## [TASK ITEM]
In the records below, how many lines hold the word "IFCSIUNIT"? Give only the number.

## [ENTRIES SUPPLIED]
□ □ □

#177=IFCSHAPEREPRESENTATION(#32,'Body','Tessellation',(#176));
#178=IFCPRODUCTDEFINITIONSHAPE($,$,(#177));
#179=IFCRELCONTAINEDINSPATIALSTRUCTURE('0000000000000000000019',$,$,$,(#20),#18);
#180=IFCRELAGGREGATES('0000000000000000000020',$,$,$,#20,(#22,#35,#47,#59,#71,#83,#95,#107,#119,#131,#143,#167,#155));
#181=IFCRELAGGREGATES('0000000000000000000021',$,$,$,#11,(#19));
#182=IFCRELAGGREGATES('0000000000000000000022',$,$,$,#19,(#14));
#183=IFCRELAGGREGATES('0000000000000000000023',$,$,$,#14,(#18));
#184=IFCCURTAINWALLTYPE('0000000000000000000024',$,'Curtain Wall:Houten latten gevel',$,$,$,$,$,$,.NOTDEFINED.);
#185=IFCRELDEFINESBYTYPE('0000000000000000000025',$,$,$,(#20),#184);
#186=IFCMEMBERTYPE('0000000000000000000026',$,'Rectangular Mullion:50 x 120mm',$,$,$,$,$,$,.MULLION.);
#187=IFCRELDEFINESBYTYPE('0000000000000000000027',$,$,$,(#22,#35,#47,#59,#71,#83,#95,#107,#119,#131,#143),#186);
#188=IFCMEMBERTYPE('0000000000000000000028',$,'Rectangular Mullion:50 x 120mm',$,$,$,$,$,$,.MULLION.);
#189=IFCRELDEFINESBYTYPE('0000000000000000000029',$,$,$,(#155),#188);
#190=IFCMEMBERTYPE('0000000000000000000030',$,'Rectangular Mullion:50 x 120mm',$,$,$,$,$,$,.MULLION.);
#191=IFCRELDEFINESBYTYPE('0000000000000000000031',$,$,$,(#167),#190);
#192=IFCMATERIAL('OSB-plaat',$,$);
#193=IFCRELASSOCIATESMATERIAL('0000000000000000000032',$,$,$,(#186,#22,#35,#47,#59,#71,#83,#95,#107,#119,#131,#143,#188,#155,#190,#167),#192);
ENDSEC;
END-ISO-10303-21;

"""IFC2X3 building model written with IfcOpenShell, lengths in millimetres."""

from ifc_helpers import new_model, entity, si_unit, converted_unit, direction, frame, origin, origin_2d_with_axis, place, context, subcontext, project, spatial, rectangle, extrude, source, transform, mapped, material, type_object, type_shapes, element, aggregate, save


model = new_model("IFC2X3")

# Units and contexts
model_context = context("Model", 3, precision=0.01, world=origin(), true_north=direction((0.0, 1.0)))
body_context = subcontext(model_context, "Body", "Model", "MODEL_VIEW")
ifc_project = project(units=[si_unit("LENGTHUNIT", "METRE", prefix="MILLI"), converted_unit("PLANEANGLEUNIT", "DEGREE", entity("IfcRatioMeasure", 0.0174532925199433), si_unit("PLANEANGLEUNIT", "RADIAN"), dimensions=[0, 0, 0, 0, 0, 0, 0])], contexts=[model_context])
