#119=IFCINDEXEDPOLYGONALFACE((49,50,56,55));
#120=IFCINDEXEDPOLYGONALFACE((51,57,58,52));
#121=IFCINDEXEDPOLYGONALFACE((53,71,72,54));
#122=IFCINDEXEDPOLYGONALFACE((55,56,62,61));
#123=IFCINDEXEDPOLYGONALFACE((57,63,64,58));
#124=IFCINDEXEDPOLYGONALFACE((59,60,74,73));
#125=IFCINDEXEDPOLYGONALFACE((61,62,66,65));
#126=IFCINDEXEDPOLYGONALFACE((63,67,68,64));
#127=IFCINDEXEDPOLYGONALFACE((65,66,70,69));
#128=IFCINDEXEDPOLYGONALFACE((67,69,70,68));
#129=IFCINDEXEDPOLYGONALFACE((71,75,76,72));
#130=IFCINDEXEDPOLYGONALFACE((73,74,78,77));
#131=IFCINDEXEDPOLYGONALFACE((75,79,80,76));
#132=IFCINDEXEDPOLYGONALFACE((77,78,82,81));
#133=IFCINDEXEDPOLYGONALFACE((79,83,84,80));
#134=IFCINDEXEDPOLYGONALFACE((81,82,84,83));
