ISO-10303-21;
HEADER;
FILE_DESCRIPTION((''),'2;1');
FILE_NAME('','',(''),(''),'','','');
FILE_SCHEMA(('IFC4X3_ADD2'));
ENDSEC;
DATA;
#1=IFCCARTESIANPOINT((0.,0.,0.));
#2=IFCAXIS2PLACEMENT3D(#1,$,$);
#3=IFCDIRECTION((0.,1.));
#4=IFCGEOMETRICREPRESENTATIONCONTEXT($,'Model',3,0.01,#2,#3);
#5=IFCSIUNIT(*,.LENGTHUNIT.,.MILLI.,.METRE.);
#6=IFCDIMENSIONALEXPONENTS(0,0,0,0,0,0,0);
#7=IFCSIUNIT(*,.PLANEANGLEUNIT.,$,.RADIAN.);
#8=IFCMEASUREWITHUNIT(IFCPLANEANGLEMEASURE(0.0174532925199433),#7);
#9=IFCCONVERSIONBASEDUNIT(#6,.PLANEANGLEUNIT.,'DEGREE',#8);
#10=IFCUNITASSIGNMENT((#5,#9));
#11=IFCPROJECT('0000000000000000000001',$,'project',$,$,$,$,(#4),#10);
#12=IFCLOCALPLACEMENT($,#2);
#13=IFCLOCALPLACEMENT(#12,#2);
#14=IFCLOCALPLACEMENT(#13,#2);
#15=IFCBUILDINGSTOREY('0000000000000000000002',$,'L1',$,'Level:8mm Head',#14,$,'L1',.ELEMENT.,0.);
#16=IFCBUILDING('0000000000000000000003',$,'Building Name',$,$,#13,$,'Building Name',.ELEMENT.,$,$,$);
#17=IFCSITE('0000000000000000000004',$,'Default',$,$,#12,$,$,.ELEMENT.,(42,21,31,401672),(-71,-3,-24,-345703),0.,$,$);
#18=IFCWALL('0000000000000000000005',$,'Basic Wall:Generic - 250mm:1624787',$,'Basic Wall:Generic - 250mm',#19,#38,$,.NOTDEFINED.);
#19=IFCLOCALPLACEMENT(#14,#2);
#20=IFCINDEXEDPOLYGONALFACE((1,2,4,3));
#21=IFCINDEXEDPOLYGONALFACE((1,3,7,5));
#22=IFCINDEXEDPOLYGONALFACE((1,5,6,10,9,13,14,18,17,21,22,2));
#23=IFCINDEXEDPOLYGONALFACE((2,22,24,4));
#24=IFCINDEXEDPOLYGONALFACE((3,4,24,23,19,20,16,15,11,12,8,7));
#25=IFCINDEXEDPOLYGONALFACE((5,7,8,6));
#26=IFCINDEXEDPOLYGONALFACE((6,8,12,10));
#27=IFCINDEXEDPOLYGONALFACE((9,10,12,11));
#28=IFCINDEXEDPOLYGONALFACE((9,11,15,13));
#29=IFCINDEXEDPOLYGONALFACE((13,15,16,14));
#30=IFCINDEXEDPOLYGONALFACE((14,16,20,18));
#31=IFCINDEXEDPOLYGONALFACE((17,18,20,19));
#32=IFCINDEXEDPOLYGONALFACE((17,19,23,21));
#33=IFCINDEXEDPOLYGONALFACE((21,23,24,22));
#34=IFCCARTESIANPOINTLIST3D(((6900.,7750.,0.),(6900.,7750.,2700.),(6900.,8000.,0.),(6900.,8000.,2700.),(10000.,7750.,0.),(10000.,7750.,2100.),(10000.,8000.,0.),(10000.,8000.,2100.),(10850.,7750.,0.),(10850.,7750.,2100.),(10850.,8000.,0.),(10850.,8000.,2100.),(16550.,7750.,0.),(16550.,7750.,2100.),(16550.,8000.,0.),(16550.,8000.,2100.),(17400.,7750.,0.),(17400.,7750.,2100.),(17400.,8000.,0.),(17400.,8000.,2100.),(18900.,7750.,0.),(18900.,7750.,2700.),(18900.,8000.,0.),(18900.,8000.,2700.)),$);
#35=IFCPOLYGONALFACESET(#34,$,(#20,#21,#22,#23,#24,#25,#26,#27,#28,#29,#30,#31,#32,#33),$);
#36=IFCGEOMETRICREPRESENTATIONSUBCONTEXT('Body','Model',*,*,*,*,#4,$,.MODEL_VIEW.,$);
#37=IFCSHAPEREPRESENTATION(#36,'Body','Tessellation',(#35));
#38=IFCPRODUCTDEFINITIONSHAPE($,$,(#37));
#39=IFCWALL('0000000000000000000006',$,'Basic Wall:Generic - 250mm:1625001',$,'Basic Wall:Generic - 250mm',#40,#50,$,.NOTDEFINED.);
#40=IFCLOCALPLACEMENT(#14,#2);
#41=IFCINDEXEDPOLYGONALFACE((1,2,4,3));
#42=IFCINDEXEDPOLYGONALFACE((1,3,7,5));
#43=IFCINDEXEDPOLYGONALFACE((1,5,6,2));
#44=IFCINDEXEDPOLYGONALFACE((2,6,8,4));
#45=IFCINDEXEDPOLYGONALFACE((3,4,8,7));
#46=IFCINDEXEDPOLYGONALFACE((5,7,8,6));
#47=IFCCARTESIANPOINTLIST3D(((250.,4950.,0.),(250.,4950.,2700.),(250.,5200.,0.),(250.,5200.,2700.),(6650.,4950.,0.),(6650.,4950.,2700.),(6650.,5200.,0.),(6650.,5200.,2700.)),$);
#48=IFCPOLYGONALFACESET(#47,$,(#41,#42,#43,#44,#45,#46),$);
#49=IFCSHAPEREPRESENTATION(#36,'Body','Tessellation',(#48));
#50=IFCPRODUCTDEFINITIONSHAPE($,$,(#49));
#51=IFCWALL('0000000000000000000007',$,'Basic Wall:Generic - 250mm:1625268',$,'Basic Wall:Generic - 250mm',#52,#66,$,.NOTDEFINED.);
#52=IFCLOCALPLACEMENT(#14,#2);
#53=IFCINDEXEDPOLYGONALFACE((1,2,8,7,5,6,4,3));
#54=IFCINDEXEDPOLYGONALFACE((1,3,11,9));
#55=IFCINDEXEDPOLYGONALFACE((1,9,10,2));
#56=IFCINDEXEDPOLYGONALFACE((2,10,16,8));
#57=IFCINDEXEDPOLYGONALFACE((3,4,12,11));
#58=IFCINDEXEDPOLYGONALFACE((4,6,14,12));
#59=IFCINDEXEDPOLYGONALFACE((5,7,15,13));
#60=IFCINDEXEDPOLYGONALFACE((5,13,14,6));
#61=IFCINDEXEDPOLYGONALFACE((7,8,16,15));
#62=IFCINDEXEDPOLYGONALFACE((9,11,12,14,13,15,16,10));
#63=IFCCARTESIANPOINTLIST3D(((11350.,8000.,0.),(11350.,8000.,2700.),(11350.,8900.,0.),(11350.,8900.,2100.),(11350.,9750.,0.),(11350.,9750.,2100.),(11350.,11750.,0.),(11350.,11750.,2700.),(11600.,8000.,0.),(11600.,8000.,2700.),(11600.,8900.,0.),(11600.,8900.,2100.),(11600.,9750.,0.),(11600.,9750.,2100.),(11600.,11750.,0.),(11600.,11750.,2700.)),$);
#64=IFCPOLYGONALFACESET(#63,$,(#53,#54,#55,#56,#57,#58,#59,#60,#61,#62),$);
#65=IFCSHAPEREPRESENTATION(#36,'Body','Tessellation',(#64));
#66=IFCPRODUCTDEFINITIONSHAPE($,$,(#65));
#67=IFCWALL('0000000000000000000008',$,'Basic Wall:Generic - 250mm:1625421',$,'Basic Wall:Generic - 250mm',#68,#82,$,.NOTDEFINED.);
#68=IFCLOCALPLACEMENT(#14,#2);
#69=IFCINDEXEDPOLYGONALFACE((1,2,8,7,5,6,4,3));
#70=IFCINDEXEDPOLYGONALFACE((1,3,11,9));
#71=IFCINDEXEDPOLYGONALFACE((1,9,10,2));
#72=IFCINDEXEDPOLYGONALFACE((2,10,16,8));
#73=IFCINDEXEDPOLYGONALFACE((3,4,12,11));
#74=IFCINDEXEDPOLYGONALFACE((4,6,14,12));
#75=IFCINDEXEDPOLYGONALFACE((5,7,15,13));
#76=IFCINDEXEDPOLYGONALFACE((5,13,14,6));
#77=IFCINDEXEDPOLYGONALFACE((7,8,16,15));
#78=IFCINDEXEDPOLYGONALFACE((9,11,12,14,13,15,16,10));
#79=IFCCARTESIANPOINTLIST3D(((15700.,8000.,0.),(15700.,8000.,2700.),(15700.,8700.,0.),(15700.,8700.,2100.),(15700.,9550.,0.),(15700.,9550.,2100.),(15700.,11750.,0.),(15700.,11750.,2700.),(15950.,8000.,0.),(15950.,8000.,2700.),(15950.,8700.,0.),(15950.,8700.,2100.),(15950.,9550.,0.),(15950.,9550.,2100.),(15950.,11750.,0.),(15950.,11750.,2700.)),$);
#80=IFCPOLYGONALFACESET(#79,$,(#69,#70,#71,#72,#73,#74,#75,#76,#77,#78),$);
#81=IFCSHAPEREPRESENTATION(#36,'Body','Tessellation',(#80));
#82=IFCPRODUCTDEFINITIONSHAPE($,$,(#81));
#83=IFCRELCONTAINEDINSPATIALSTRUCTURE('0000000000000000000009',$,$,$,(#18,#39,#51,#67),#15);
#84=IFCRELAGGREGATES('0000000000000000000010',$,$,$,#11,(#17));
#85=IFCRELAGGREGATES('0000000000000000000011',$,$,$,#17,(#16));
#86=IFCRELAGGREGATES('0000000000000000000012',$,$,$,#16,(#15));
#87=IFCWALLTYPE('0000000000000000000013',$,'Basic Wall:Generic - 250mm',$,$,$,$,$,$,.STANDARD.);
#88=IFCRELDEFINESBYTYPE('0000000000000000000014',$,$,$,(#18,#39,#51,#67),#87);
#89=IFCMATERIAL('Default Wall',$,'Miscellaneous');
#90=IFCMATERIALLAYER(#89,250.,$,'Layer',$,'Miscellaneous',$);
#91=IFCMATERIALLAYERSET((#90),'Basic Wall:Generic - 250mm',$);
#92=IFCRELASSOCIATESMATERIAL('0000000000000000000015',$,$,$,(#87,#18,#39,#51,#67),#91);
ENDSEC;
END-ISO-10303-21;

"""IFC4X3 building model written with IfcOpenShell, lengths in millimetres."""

from ifc_helpers import new_model, entity, si_unit, converted_unit, direction, frame, frame_2d, origin, place, context, subcontext, project, spatial, rectangle, extrude, material, layer, layer_set, type_object, element, save


model = new_model("IFC4X3")

# Units and contexts
model_context = context("Model", 3, precision=0.01, world=origin(), true_north=direction((0.0, 1.0)))
body_context = subcontext(model_context, "Body", "Model", "MODEL_VIEW")
ifc_project = project(units=[si_unit("LENGTHUNIT", "METRE", prefix="MILLI"), converted_unit("PLANEANGLEUNIT", "DEGREE", entity("IfcPlaneAngleMeasure", 0.0174532925199433), si_unit("PLANEANGLEUNIT", "RADIAN"), dimensions=[0, 0, 0, 0, 0, 0, 0])], contexts=[model_context])

# Site, building, storey
site_placement = place(None, origin())
site = spatial("IfcSite", under=ifc_project, at=site_placement, Name="Default", CompositionType="ELEMENT", RefLatitude=(42, 21, 31, 401672), RefLongitude=(-71, -3, -24, -345703), RefElevation=0.0)
building_placement = place(site_placement, origin())
building = spatial("IfcBuilding", under=site, at=building_placement, Name="Building Name", LongName="Building Name", CompositionType="ELEMENT")
storey_placement = place(building_placement, origin())
storey = spatial("IfcBuildingStorey", under=building, at=storey_placement, Name="L1", ObjectType="Level:8mm Head", LongName="L1", CompositionType="ELEMENT", Elevation=0.0)

# Shared definitions
ifc_material_1 = material(Name="Default Wall", Category="Miscellaneous")
ifc_layer = layer(ifc_material_1, 250.0, Name="Layer", Category="Miscellaneous")
ifc_layer_set = layer_set([ifc_layer], Name="Basic Wall:Generic - 250mm")
wall_type = type_object("IfcWallType", Name="Basic Wall:Generic - 250mm", PredefinedType="STANDARD", material=ifc_layer_set)

# Wall, openings
wall_1_placement = place(storey_placement, frame((6900.0, 7875.0, 0.0)))
wall_1 = element("IfcWall", 1, at=wall_1_placement, inside=storey, type_object=wall_type, material=ifc_layer_set, Name="Basic Wall:Generic - 250mm:1624787", ObjectType="Basic Wall:Generic - 250mm", PredefinedType="NOTDEFINED", context=body_context, shape_type="SweptSolid", body=[
    extrude(rectangle(XDim=12000.0, YDim=250.0, at=frame_2d((6000.0, 0.0), x_axis=(1.0, 0.0))), origin(), (0.0, 0.0, 1.0), 2700.0),
])
opening_1_placement = place(wall_1_placement, frame((3100.0, -125.0, 0.0)))
element("IfcOpeningElement", 2, at=opening_1_placement, cuts=wall_1, PredefinedType="OPENING", context=body_context, shape_type="SweptSolid", body=[
    extrude(rectangle(XDim=2100.0, YDim=850.0, at=frame_2d((1050.0, 425.0), x_axis=(1.0, 0.0))), frame((0.0, 0.0, 0.0), z_axis=(0.0, 1.0, 0.0), x_axis=(0.0, 0.0, 1.0)), (0.0, 0.0, 1.0), 250.0),
])
opening_2_placement = place(wall_1_placement, frame((9650.0, -125.0, 0.0)))
element("IfcOpeningElement", 3, at=opening_2_placement, cuts=wall_1, PredefinedType="OPENING", context=body_context, shape_type="SweptSolid", body=[
    extrude(rectangle(XDim=2100.0, YDim=850.0, at=frame_2d((1050.0, 425.0), x_axis=(1.0, 0.0))), frame((0.0, 0.0, 0.0), z_axis=(0.0, 1.0, 0.0), x_axis=(0.0, 0.0, 1.0)), (0.0, 0.0, 1.0), 250.0),
])

# Wall
wall_2_placement = place(storey_placement, frame((6650.0, 5075.0, 0.0), z_axis=(0.0, 0.0, 1.0), x_axis=(-1.0, 0.0, 0.0)))
element("IfcWall", 4, at=wall_2_placement, inside=storey, type_object=wall_type, material=ifc_layer_set, Name="Basic Wall:Generic - 250mm:1625001", ObjectType="Basic Wall:Generic - 250mm", PredefinedType="NOTDEFINED", context=body_context, shape_type="SweptSolid", body=[
    extrude(rectangle(XDim=6400.0, YDim=250.0, at=frame_2d((3200.0, 0.0), x_axis=(-1.0, 0.0))), origin(), (0.0, 0.0, 1.0), 2700.0),
])

# Walls, openings
wall_3_placement = place(storey_placement, frame((11475.0, 8000.0, 0.0), z_axis=(0.0, 0.0, 1.0), x_axis=(0.0, 1.0, 0.0)))
wall_3 = element("IfcWall", 5, at=wall_3_placement, inside=storey, type_object=wall_type, material=ifc_layer_set, Name="Basic Wall:Generic - 250mm:1625268", ObjectType="Basic Wall:Generic - 250mm", PredefinedType="NOTDEFINED", context=body_context, shape_type="SweptSolid", body=[
    extrude(rectangle(XDim=3750.0, YDim=250.0, at=frame_2d((1875.0, 0.0), x_axis=(1.0, 0.0))), origin(), (0.0, 0.0, 1.0), 2700.0),
])
opening_3_placement = place(wall_3_placement, frame((1750.0, 125.0, 0.0)))
element("IfcOpeningElement", 6, at=opening_3_placement, cuts=wall_3, PredefinedType="OPENING", context=body_context, shape_type="SweptSolid", body=[
    extrude(rectangle(XDim=2100.0, YDim=850.0, at=frame_2d((1050.0, 425.0), x_axis=(1.0, 0.0))), frame((0.0, 0.0, 0.0), z_axis=(0.0, -1.0, 0.0), x_axis=(0.0, 0.0, 1.0)), (0.0, 0.0, 1.0), 250.0),
])
wall_4_placement = place(storey_placement, frame((15825.0, 8000.0, 0.0), z_axis=(0.0, 0.0, 1.0), x_axis=(0.0, 1.0, 0.0)))
wall_4 = element("IfcWall", 7, at=wall_4_placement, inside=storey, type_object=wall_type, material=ifc_layer_set, Name="Basic Wall:Generic - 250mm:1625421", ObjectType="Basic Wall:Generic - 250mm", PredefinedType="NOTDEFINED", context=body_context, shape_type="SweptSolid", body=[
    extrude(rectangle(XDim=3750.0, YDim=250.0, at=frame_2d((1875.0, 0.0), x_axis=(1.0, 0.0))), origin(), (0.0, 0.0, 1.0), 2700.0),
])
opening_4_placement = place(wall_4_placement, frame((700.0, -125.0, 0.0)))
element("IfcOpeningElement", 8, at=opening_4_placement, cuts=wall_4, PredefinedType="OPENING", context=body_context, shape_type="SweptSolid", body=[
    extrude(rectangle(XDim=2100.0, YDim=850.0, at=frame_2d((1050.0, 425.0), x_axis=(1.0, 0.0))), frame((0.0, 0.0, 0.0), z_axis=(0.0, 1.0, 0.0), x_axis=(0.0, 0.0, 1.0)), (0.0, 0.0, 1.0), 250.0),
])

save(model, "model.ifc")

□ □ □

## [EXPECTED ANSWER]
2